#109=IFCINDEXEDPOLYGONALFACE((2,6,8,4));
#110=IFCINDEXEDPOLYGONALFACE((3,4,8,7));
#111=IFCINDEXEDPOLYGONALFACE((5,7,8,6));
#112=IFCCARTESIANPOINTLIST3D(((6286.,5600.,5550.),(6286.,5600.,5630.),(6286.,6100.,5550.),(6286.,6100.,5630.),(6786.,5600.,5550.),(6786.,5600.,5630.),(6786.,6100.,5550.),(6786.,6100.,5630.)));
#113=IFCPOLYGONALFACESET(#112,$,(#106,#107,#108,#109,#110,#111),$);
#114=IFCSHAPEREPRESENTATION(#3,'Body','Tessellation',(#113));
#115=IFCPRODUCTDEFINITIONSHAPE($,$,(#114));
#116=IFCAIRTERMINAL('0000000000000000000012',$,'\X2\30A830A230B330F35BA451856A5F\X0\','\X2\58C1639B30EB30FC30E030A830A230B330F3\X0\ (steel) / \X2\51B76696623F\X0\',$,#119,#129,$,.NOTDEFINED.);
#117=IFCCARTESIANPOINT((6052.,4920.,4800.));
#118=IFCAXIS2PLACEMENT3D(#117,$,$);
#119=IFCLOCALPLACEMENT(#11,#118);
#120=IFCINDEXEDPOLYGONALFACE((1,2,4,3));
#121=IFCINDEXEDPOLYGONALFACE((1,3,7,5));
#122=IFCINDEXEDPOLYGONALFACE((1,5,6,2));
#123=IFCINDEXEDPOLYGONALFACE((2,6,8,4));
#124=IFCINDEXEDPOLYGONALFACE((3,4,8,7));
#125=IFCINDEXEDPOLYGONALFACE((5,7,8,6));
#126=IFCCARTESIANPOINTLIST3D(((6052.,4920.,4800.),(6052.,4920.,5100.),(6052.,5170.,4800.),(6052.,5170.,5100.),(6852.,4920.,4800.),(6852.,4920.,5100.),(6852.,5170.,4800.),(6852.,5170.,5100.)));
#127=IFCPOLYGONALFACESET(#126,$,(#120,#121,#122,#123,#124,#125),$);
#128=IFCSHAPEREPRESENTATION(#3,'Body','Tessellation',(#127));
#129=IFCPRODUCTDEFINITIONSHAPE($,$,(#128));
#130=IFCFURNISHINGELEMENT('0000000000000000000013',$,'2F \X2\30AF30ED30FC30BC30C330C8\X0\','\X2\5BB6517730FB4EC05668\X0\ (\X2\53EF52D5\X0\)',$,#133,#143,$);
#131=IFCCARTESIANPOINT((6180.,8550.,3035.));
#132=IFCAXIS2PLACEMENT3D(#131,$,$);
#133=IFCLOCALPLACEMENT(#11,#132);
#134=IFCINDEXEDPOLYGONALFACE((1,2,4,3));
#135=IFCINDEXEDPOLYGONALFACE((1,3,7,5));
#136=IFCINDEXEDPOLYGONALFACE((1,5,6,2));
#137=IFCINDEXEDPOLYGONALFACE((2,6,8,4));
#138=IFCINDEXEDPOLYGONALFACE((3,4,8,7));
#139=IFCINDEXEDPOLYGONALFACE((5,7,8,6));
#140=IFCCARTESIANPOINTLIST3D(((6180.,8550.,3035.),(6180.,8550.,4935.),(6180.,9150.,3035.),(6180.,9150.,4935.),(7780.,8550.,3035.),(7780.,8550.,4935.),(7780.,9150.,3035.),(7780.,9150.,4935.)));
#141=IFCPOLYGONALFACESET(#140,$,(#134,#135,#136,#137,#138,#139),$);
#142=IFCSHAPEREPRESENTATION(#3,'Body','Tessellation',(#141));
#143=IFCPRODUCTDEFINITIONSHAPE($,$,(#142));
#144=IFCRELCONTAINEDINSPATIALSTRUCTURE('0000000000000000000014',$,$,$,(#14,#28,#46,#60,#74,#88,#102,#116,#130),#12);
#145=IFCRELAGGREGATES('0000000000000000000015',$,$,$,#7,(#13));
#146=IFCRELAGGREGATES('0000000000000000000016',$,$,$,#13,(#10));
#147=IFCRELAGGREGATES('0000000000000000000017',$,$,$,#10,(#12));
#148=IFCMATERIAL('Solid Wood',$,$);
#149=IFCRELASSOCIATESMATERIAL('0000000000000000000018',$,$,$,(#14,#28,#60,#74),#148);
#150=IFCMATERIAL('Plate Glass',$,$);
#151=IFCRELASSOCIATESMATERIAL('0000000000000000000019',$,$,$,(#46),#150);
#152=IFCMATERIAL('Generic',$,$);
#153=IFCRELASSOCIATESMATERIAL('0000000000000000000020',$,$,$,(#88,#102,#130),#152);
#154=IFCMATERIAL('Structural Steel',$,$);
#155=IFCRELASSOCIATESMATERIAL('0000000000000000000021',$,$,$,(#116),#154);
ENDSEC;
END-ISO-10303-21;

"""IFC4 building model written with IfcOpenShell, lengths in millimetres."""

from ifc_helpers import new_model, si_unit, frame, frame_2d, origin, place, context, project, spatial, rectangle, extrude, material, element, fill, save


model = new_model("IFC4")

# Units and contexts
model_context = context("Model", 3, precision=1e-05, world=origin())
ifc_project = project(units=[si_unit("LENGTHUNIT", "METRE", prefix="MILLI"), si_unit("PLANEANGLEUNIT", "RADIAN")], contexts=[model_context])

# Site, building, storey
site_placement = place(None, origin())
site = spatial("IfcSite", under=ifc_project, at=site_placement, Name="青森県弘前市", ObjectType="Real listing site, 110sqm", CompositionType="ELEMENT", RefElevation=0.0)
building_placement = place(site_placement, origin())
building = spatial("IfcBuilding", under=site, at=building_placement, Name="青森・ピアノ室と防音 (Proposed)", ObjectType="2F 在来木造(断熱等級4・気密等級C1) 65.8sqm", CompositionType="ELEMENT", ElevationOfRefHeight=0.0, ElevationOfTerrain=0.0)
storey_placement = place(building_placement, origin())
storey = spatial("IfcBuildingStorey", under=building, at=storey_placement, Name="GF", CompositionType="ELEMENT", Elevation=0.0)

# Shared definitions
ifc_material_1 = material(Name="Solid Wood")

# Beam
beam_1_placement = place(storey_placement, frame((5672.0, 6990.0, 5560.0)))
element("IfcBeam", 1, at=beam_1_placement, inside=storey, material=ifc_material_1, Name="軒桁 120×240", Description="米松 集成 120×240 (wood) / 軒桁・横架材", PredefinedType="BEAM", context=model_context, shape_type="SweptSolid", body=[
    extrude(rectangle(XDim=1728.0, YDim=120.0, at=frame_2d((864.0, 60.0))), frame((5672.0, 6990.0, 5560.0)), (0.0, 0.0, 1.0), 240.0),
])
****************************************
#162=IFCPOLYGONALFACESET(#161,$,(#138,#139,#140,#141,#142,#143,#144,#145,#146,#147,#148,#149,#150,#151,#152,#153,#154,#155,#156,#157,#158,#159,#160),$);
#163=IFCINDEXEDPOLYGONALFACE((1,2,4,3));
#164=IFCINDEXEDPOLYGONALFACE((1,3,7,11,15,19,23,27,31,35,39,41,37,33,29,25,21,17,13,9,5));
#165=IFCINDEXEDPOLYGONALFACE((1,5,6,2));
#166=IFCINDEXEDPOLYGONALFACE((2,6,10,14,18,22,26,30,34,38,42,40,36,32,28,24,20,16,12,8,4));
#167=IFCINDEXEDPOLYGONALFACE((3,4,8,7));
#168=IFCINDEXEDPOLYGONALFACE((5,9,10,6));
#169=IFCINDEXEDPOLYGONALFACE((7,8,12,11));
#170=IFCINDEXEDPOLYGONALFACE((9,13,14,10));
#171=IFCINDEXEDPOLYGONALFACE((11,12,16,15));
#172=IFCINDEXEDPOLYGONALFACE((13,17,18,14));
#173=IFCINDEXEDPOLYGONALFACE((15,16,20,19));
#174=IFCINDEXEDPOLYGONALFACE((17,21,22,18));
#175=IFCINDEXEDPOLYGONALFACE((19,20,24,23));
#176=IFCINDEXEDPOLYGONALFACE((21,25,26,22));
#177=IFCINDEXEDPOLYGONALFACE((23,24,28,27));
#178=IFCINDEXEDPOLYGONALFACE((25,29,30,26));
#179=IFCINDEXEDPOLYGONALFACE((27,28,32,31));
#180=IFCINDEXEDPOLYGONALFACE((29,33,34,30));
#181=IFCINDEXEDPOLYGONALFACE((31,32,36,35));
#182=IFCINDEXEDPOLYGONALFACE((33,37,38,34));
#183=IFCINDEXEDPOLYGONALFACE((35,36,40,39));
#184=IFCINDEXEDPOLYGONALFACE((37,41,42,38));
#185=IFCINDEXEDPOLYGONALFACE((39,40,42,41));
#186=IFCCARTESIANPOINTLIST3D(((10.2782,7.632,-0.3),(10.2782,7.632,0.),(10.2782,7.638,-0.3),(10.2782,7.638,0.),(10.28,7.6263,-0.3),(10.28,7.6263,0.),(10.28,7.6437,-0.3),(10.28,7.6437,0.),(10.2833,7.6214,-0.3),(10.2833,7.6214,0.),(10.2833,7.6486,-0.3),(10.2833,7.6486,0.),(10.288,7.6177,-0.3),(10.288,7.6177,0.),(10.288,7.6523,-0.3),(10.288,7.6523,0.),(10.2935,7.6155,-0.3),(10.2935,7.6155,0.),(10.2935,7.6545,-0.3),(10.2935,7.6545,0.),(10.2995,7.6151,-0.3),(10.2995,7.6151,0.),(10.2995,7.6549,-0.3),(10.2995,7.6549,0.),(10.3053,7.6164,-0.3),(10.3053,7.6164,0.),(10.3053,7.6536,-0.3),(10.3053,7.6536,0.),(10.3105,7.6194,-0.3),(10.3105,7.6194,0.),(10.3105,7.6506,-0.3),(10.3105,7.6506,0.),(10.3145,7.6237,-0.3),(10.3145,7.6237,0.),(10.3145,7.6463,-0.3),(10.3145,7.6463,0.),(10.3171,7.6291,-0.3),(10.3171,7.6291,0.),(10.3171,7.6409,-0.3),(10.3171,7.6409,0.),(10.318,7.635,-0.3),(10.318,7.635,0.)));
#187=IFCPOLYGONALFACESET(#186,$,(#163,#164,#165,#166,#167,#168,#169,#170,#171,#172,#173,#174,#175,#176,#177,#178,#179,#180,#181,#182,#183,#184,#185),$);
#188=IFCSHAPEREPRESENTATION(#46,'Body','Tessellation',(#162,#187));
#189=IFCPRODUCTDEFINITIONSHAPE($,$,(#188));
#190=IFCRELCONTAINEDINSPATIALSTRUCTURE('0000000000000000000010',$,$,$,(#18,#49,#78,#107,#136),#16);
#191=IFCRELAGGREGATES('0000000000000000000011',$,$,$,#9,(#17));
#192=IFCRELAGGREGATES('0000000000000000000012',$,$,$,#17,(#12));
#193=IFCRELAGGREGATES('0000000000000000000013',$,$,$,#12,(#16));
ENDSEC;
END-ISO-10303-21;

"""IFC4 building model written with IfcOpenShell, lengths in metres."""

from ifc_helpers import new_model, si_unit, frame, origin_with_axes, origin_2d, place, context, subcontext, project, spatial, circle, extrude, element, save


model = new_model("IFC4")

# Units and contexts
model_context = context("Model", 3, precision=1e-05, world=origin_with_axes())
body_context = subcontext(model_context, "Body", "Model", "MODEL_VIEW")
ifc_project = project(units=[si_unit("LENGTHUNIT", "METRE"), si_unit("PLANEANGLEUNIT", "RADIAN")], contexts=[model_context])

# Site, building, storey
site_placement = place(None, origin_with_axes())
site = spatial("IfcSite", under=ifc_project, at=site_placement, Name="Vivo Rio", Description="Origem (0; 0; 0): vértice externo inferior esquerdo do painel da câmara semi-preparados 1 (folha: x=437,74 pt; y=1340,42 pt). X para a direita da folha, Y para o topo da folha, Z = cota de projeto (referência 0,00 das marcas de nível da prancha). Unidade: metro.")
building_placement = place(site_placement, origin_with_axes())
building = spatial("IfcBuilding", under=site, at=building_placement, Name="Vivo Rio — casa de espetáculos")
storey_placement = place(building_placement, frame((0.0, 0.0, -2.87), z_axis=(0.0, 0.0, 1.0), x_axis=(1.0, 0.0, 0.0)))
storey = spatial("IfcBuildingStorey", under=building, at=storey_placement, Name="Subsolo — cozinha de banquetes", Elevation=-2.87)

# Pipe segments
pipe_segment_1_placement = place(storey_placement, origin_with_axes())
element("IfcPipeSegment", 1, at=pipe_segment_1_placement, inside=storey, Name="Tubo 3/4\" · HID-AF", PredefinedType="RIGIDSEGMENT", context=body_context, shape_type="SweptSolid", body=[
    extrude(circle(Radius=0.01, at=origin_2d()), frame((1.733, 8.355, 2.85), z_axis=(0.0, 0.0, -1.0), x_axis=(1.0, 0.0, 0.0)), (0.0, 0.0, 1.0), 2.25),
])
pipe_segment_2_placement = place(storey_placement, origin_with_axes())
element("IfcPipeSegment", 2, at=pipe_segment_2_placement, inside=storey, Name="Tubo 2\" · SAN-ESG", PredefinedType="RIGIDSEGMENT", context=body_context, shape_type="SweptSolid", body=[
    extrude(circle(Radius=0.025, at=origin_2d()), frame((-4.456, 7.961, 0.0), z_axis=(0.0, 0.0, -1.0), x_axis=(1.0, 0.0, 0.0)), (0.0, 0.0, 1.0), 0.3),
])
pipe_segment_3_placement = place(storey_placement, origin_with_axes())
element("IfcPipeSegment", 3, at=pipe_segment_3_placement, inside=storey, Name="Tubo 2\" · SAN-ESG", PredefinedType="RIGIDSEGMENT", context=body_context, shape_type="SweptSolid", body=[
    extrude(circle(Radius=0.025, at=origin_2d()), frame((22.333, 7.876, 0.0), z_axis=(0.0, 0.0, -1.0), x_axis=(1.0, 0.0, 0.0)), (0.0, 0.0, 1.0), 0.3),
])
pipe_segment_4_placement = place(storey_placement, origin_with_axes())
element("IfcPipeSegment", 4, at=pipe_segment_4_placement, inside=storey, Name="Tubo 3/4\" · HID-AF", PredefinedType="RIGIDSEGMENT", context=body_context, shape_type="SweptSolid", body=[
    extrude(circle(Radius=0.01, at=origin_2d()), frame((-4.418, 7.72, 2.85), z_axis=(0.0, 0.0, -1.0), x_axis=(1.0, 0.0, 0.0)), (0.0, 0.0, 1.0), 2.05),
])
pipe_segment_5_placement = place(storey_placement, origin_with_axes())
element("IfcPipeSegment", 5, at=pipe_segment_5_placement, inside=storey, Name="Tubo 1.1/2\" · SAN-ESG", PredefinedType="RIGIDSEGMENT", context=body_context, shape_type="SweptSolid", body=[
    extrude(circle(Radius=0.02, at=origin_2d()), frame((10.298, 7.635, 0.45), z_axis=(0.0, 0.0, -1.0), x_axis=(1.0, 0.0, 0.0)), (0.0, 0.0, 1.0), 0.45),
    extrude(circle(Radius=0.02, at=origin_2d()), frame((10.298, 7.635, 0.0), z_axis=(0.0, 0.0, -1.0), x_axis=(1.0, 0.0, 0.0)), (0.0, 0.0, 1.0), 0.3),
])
****************************************
Wherever the word "from" turns up in the material, copy the whole line.

▶ [Output]:
from ifc_helpers import new_model, si_unit, frame, frame_2d, origin, place, context, project, spatial, rectangle, extrude, material, element, fill, save
from ifc_helpers import new_model, si_unit, frame, origin_with_axes, origin_2d, place, context, subcontext, project, spatial, circle, extrude, element, save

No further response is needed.